# Should I release my fry into the main tank?



## Tocar78 (Dec 31, 2021)

I have a total of 19 assorted cichlid fry in a breeder box. I stripped them from mom about 2 weeks ago. I’ve read posts that say you should not leave them in the box for too long, but I don’t want them to get eaten.  What should I do?

75 gallon tank, 7 assorted Malawis 2-3 inches.


----------



## DJRansome (Oct 29, 2005)

You need to raise them until they are 1.5" to 2" in a separate tank...for 19 fry a 55G would be ideal.


----------



## Aussieman57 (Dec 18, 2021)

As mentioned if you want to raise the fry you need a growout tank. I always stepped them up in tank size as they grew. Start with 20 long then when a fry get a little bigger step up to 40 breeder. Eventually they will need a bigger tank so if you don't have space for multiple growout tanks you can jump right into that 55 or bigger. The reason I stepped the sizing of growout tanks was it's easier to monitor feeding when they are smallish. Your other option if you don't want to get involved with more tanks if to release them in your tank. Most if not all will become food but you may get a couple of survivors.


----------



## Tocar78 (Dec 31, 2021)

Aussieman57 said:


> As mentioned if you want to raise the fry you need a growout tank. I always stepped them up in tank size as they grew. Start with 20 long then when a fry get a little bigger step up to 40 breeder. Eventually they will need a bigger tank so if you don't have space for multiple growout tanks you can jump right into that 55 or bigger. The reason I stepped the sizing of growout tanks was it's easier to monitor feeding when they are smallish. Your other option if you don't want to get involved with more tanks if to release them in your tank. Most if not all will become food but you may get a couple of survivors.


----------



## Tocar78 (Dec 31, 2021)

I have a 30 gallon tank that I plan on setting up for them, but read another post that it will be difficult to add them back into my 75 once their more mature due to aggression issues with the other fish.

Note to self… let nature take it’s course and have Mom release in the main tank. Lol


----------



## Auballagh (Jan 29, 2003)

Or, get a sump filtration system with a sizable tub or actual aquarium re-purposed for the job. Those make for a pretty decent location to (initially at least) grow out the fry.


----------



## SenorStrum (Aug 14, 2020)

Tocar78 said:


> I have a 30 gallon tank that I plan on setting up for them, but read another post that it will be difficult to add them back into my 75 once their more mature due to aggression issues with the other fish.
> 
> Note to self… let nature take it’s course and have Mom release in the main tank. Lol


I would not expect aggression if you don't put them back in one at a time.

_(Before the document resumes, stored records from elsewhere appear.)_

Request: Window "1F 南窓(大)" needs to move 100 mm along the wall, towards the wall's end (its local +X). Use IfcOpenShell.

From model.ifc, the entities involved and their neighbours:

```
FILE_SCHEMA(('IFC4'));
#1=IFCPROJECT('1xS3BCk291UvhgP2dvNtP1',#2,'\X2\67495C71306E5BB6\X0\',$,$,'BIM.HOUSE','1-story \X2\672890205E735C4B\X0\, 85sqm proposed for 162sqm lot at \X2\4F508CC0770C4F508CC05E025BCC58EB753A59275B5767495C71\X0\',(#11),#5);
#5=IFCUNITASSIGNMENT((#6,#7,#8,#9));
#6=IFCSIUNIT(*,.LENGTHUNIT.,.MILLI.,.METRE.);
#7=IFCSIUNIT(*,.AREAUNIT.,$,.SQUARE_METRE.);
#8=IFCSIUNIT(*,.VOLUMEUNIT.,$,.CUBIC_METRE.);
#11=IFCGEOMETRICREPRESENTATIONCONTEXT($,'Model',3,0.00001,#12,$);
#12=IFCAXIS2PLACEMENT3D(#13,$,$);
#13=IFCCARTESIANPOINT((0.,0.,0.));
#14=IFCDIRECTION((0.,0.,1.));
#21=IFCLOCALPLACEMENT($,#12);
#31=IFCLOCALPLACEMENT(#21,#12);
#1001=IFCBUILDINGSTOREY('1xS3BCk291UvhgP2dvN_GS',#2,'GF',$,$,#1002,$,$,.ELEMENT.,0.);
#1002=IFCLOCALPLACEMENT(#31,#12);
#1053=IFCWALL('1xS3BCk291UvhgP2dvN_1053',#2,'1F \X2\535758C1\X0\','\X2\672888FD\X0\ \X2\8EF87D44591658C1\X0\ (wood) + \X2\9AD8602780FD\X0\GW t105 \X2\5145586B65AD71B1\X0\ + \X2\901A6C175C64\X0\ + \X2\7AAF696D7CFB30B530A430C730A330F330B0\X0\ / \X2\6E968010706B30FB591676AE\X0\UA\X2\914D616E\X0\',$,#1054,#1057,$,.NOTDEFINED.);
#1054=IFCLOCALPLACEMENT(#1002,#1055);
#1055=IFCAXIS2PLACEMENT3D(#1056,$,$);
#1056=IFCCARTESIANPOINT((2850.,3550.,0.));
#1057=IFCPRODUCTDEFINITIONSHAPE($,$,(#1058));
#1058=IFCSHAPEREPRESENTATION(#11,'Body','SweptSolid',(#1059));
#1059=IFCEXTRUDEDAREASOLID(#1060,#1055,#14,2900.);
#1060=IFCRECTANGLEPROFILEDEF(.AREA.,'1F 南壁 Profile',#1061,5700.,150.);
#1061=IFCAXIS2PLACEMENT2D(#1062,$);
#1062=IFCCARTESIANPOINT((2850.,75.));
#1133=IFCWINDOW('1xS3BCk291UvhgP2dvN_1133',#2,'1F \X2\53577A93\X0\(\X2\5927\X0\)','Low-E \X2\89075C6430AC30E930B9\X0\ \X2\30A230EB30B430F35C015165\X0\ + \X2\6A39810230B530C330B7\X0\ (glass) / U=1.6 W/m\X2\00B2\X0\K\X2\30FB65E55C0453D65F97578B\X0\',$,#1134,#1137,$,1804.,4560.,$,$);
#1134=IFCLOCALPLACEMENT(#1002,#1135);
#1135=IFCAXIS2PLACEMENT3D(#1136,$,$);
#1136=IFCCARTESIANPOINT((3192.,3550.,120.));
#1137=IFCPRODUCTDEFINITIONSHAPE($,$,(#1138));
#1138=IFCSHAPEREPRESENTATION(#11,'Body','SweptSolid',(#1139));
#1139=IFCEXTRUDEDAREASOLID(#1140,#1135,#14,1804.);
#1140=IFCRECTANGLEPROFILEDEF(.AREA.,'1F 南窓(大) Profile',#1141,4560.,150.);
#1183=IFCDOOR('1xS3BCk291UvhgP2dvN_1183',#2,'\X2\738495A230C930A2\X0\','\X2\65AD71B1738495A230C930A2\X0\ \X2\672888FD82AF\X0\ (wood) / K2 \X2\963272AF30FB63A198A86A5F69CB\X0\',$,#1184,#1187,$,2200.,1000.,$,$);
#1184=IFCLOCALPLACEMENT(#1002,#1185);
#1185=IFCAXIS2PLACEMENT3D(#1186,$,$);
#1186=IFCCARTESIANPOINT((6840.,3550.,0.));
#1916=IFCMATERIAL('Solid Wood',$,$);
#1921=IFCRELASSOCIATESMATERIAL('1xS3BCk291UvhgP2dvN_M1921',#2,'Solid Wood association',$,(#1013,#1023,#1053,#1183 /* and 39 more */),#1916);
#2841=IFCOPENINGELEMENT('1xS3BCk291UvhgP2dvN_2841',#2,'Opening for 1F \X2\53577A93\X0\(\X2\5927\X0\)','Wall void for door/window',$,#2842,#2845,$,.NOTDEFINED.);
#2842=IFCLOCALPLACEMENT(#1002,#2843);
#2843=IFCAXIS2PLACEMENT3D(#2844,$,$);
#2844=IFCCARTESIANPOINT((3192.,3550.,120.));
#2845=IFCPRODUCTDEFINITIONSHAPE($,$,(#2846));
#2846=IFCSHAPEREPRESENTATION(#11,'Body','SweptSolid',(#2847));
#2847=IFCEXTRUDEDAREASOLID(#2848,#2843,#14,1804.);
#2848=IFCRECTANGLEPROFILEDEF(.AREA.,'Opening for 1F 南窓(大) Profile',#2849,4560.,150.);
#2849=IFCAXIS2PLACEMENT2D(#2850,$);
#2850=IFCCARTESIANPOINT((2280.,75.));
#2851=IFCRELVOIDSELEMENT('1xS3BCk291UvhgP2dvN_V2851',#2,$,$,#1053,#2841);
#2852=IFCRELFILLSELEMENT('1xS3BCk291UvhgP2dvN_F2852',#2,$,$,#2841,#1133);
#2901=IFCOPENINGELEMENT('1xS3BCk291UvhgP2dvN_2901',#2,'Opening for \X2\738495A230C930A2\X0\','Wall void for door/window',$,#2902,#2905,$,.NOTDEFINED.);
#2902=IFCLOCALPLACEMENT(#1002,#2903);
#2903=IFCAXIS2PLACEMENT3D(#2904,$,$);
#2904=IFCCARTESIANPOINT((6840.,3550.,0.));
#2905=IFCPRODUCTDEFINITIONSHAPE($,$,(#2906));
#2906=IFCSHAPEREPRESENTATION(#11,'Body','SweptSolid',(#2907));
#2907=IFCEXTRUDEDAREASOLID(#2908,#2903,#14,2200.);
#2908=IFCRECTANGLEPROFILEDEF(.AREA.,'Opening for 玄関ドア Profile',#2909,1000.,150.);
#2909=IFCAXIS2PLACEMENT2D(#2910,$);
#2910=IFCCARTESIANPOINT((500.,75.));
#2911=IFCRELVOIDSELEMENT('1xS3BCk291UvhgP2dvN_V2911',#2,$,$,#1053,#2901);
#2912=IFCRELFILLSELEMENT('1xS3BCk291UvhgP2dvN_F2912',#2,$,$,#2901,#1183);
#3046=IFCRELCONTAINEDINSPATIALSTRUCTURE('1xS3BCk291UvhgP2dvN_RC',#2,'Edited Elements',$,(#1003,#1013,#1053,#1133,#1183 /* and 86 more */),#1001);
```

```python
import ifcopenshell
import ifcopenshell.api.geometry
import ifcopenshell.util.placement
import ifcopenshell.util.unit

model = ifcopenshell.open("model.ifc")
unit_scale = ifcopenshell.util.unit.calculate_unit_scale(model)

window = model.by_guid("1xS3BCk291UvhgP2dvN_1133")
opening = window.FillsVoids[0].RelatingOpeningElement
wall = opening.VoidsElements[0].RelatingBuildingElement

wall_matrix = ifcopenshell.util.placement.get_local_placement(wall.ObjectPlacement)
shift = wall_matrix[:3, 0] * 0.1 / unit_scale
before = ifcopenshell.util.placement.get_local_placement(window.ObjectPlacement)[:3, 3].copy()

# The window is not placed relative to its opening, so move both.
for product in (opening, window):
    matrix = ifcopenshell.util.placement.get_local_placement(product.ObjectPlacement)
    matrix[:3, 3] += shift
    ifcopenshell.api.geometry.edit_object_placement(model, product=product, matrix=matrix, is_si=False)

after = ifcopenshell.util.placement.get_local_placement(window.ObjectPlacement)[:3, 3]
print("window moved by", (after - before).round(3) + 0.0)

model.write("model_v2.ifc")
```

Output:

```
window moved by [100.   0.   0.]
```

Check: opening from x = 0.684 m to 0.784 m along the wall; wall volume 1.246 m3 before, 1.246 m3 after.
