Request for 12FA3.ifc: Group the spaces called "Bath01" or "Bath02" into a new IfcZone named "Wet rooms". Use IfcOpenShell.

First a look at what the model holds.

```python
import ifcopenshell

model = ifcopenshell.open("12FA3.ifc")
print(model.schema)
seen = {}
for space in model.by_type("IfcSpace"):
    seen[space.Name] = seen.get(space.Name, 0) + 1
for name, count in sorted(seen.items(), key=str):
    print(count, "x", name)
print("zones:", [z.Name for z in model.by_type("IfcZone")][:20])
```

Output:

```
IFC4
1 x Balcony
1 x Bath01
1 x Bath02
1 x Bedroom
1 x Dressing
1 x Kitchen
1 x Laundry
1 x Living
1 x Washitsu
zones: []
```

```python
import ifcopenshell
import ifcopenshell.api.group
import ifcopenshell.api.root

model = ifcopenshell.open("12FA3.ifc")

names = {"Bath01", "Bath02"}
spaces = [s for s in model.by_type("IfcSpace") if s.Name in names]

zone = ifcopenshell.api.root.create_entity(model, ifc_class="IfcZone", name="Wet rooms")
ifcopenshell.api.group.assign_group(model, products=spaces, group=zone)
print(len(spaces), "spaces in", zone.Name)

model.write("12FA3-out.ifc")
```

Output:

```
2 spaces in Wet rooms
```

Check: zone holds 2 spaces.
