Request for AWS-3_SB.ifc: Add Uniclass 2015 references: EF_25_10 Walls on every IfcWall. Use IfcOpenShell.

First a look at what the model holds.

```python
import ifcopenshell

model = ifcopenshell.open("AWS-3_SB.ifc")
print(model.schema)
print("classifications:", [c.Name for c in model.by_type("IfcClassification")])
for ifc_class in ("IfcDoor", "IfcRoof", "IfcStair", "IfcWall", "IfcWindow"):
    print(ifc_class, len(model.by_type(ifc_class)))
```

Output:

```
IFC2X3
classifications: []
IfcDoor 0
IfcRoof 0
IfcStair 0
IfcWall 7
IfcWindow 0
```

```python
import ifcopenshell
import ifcopenshell.api.classification

model = ifcopenshell.open("AWS-3_SB.ifc")

# IFC2X3 requires Source and Edition and has no link from the project to the system.
system = model.create_entity("IfcClassification", Source="NBS", Edition="2015", Name="Uniclass 2015")

codes = {
    "IfcWall": ("EF_25_10", "Walls"),
}
for ifc_class, (code, name) in codes.items():
    products = model.by_type(ifc_class)
    ifcopenshell.api.classification.add_reference(
        model, products=products, classification=system, identification=code, name=name
    )
    print(code, len(products))

model.write("AWS-3_SB_updated.ifc")
```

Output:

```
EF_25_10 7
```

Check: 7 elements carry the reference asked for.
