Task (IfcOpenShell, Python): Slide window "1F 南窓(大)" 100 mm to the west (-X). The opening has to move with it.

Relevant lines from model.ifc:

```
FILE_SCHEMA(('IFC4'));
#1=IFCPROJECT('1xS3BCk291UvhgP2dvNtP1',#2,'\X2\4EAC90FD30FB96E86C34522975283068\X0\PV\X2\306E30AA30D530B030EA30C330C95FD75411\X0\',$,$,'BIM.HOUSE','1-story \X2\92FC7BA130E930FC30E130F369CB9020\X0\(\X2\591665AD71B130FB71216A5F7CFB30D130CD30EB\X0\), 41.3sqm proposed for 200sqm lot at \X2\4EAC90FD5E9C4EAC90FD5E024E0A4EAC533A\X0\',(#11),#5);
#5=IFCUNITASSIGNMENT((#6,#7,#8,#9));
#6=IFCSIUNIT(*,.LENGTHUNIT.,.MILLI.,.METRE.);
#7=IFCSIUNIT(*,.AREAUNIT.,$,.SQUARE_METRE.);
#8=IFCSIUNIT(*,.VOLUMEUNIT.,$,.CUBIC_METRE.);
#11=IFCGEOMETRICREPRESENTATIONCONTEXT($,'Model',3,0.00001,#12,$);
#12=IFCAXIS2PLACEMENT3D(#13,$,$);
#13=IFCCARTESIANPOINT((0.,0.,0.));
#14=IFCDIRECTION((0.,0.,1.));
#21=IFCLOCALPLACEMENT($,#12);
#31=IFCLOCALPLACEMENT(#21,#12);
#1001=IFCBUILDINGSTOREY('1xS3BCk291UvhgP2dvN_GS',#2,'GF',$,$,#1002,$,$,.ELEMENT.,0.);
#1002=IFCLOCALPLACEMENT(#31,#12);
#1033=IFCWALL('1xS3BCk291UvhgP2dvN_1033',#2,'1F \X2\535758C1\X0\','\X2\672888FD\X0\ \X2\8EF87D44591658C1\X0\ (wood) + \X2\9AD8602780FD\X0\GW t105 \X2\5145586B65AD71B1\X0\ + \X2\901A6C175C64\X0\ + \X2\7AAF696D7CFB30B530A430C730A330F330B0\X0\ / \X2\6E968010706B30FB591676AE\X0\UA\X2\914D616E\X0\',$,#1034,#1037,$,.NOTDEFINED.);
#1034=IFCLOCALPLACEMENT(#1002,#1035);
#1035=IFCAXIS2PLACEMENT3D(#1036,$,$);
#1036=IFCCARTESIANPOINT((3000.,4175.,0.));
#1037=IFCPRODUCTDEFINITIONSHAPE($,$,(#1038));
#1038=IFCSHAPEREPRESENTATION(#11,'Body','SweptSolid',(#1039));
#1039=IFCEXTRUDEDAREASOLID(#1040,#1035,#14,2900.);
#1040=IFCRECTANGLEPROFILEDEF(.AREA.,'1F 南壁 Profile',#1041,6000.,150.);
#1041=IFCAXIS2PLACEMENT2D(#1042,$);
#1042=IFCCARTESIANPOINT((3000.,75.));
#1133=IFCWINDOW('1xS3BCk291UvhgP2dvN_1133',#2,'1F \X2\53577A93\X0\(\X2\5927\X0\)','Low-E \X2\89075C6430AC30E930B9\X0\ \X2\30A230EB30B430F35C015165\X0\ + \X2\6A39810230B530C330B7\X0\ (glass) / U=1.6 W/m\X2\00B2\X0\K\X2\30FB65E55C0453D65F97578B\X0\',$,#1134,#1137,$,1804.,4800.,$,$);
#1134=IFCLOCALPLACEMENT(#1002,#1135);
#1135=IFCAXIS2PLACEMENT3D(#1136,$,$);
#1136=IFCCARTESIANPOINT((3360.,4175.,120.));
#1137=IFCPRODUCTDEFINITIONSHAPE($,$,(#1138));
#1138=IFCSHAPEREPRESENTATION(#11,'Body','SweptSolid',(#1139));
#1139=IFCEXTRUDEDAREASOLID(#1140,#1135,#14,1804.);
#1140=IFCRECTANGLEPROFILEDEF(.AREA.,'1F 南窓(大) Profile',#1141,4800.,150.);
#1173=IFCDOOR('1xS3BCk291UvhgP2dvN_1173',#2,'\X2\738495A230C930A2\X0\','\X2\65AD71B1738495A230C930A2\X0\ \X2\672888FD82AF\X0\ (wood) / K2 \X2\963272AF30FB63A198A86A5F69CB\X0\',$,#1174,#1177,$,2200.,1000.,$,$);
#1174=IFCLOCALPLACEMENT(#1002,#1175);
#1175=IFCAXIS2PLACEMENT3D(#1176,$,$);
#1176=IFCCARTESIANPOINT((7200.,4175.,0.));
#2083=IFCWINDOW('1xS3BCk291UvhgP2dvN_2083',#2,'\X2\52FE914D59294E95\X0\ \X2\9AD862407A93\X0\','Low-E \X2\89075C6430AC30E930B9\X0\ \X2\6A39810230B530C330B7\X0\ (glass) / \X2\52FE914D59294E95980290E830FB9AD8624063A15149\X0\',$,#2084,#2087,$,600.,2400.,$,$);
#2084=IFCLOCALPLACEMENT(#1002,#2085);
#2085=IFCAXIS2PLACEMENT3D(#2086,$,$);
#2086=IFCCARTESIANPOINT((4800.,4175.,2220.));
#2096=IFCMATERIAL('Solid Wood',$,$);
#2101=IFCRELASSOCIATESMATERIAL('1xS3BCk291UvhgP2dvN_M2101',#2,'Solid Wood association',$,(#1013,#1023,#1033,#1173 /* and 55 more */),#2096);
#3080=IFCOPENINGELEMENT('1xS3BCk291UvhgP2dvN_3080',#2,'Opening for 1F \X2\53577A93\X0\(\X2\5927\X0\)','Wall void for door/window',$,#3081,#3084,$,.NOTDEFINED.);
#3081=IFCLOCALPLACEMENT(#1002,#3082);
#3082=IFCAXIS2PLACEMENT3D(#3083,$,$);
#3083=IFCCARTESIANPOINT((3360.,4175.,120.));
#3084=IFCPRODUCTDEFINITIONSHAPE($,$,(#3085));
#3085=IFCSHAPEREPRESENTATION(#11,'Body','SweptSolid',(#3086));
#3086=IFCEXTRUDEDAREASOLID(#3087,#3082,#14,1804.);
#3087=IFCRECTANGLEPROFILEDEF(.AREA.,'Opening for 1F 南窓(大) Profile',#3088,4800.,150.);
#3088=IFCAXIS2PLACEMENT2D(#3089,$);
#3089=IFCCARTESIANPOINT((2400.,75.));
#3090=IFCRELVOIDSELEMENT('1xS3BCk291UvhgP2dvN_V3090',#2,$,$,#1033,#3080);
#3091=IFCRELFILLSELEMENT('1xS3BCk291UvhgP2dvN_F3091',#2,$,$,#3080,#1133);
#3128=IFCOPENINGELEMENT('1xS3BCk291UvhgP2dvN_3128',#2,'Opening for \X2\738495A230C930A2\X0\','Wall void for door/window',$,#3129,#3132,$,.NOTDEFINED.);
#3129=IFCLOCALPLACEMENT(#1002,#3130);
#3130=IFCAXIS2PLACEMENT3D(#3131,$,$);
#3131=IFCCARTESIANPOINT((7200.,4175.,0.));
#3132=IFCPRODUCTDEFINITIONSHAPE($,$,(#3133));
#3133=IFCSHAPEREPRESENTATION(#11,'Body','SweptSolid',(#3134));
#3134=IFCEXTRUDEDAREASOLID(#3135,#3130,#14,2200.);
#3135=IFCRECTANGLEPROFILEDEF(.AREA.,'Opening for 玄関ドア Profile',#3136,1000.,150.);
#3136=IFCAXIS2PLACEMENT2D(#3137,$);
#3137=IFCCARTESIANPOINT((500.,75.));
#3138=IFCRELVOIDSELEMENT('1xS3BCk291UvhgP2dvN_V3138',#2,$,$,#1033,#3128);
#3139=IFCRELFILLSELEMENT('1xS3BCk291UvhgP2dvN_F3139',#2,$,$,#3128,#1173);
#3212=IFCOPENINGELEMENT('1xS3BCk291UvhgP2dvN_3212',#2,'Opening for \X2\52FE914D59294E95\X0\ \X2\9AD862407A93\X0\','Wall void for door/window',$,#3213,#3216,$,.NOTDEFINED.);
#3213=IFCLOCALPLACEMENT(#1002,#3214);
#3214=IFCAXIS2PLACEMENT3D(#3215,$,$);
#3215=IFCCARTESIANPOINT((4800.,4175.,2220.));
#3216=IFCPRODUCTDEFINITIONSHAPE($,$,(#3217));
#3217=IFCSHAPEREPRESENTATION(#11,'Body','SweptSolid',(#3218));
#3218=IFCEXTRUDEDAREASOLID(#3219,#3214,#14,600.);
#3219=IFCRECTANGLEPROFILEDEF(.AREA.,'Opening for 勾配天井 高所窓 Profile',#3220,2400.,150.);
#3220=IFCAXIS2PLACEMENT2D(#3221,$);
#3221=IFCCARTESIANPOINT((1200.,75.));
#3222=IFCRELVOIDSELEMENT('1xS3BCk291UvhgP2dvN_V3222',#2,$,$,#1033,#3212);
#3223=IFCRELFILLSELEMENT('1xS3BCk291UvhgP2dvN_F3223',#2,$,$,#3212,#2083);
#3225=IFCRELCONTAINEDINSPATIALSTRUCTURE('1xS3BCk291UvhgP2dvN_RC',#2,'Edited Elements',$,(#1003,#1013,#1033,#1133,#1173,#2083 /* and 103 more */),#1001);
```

```python
import ifcopenshell
import ifcopenshell.api.geometry
import ifcopenshell.util.placement

model = ifcopenshell.open("model.ifc")

window = model.by_guid("1xS3BCk291UvhgP2dvN_1133")
opening = window.FillsVoids[0].RelatingOpeningElement
wall = opening.VoidsElements[0].RelatingBuildingElement

wall_matrix = ifcopenshell.util.placement.get_local_placement(wall.ObjectPlacement)
shift = wall_matrix[:3, 0] * -100.0
before = ifcopenshell.util.placement.get_local_placement(window.ObjectPlacement)[:3, 3].copy()

# The window is not placed relative to its opening, so move both.
for product in (opening, window):
    matrix = ifcopenshell.util.placement.get_local_placement(product.ObjectPlacement)
    matrix[:3, 3] += shift
    ifcopenshell.api.geometry.edit_object_placement(model, product=product, matrix=matrix, is_si=False)

after = ifcopenshell.util.placement.get_local_placement(window.ObjectPlacement)[:3, 3]
print("window moved by", (after - before).round(3) + 0.0)

model.write("model_updated.ifc")
```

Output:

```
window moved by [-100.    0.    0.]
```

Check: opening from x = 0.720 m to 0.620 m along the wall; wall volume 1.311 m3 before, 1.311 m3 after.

When you reintroduce, do it in groups, or... one big group (consider the filtration load if you do this) and you should be fine.

Also, yeah... let them spit in the tank... 

I, personally, would just put them in the main tank now, and just let nature take its course. I'm betting you'd have a MUCH higher survival rate than you're imagining. You could just take the breeder box to the bottom with the fish in it and let them go into the rocks. They look big enough, I'm guessing they'll have hiding figured out. Please note that this advice is guaranteed to produce a result or your money back.


----------



## DJRansome (Oct 29, 2005)

I once had an entire brood of haps juveniles wiped out in seconds when I added them into the adult talk at around 3/4"...just small enough to be considered prey I guess.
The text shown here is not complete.